Hi folks!  I wanted to tell you about my new Samsung L700. 

*www.phonegg.com/Samsung/SGH-L700/Samsung-SGH-L700.jpg


I bought it it yesterday and till the time I have used it I didn't find a flaw in it.

It has got a 2.1inches screen and weight is about 100 - 110 gm. It has got a TFT screen and supports 256K colors. 

The sound quality from the built in speakerphone is decent and the bundled earphones gives more than decent sound. The two buttons at the left side allows to minimize or maximixe the volume at any instant. It supports polyphonic downloadable ringtones and MP3 ringtones. Such as if you want to minizine the sound while playback or keypad tone or loud ringtone when someone is dialling at that very instant by these buttons. It supports FM Radio as well with auto tuning. 

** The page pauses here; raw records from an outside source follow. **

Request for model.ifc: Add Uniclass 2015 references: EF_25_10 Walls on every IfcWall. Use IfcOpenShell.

First a look at what the model holds.

```python
import ifcopenshell

model = ifcopenshell.open("model.ifc")
print(model.schema)
print("classifications:", [c.Name for c in model.by_type("IfcClassification")])
for ifc_class in ("IfcDoor", "IfcRoof", "IfcStair", "IfcWall", "IfcWindow"):
    print(ifc_class, len(model.by_type(ifc_class)))
```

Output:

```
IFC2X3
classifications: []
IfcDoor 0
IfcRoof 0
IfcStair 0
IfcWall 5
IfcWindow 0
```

```python
import ifcopenshell
import ifcopenshell.api.classification

model = ifcopenshell.open("model.ifc")

# IFC2X3 requires Source and Edition and has no link from the project to the system.
system = model.create_entity("IfcClassification", Source="NBS", Edition="2015", Name="Uniclass 2015")

codes = {
    "IfcWall": ("EF_25_10", "Walls"),
}
for ifc_class, (code, name) in codes.items():
    products = model.by_type(ifc_class)
    ifcopenshell.api.classification.add_reference(
        model, products=products, classification=system, identification=code, name=name
    )
    print(code, len(products))

model.write("model-out.ifc")
```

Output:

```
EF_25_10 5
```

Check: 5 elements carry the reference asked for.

It has got a 2MP camera and supports upto 1600x1200 resolution. The fps mantained while taking videos is very good and the graininess(which sometimes comes while taking pictures) is less. The built in LED flash allows you to take decent pics in places where light is in scarce. 

It has got an inbuilt memory of 40MB but supports microSD(TransFlash) card upto 8GB. A 1GB cacrd will be given(free) when you buy.

The network components it supports include GPRS, EDGE and 3G. The also supports Bluetooth 2.0 and USB 2.0 for data transfer. 

Some shortcomings are that it doesn't have an Infrared port, and doesn't support WLAN and doesn't have GPS.

The battery lifetime is upto 490 hrs on Standby mode on 2G and supports of about 10hrs talktime. 

The accessories you get with it includes....

* Decent quality Earphones
* USB cable
* The Mobile
* A Driver PC
* A portable adapter for charging...
* User manual

I bought it just for Rs. 6.9k and for me it's the best buy for the buck. 

Here are pics of the cover and other accessories....I will post the pics of mobile soon....

Thank you for reading.....


----------



## Deleted member 26636 (Aug 1, 2009)

congrats on your purchase


----------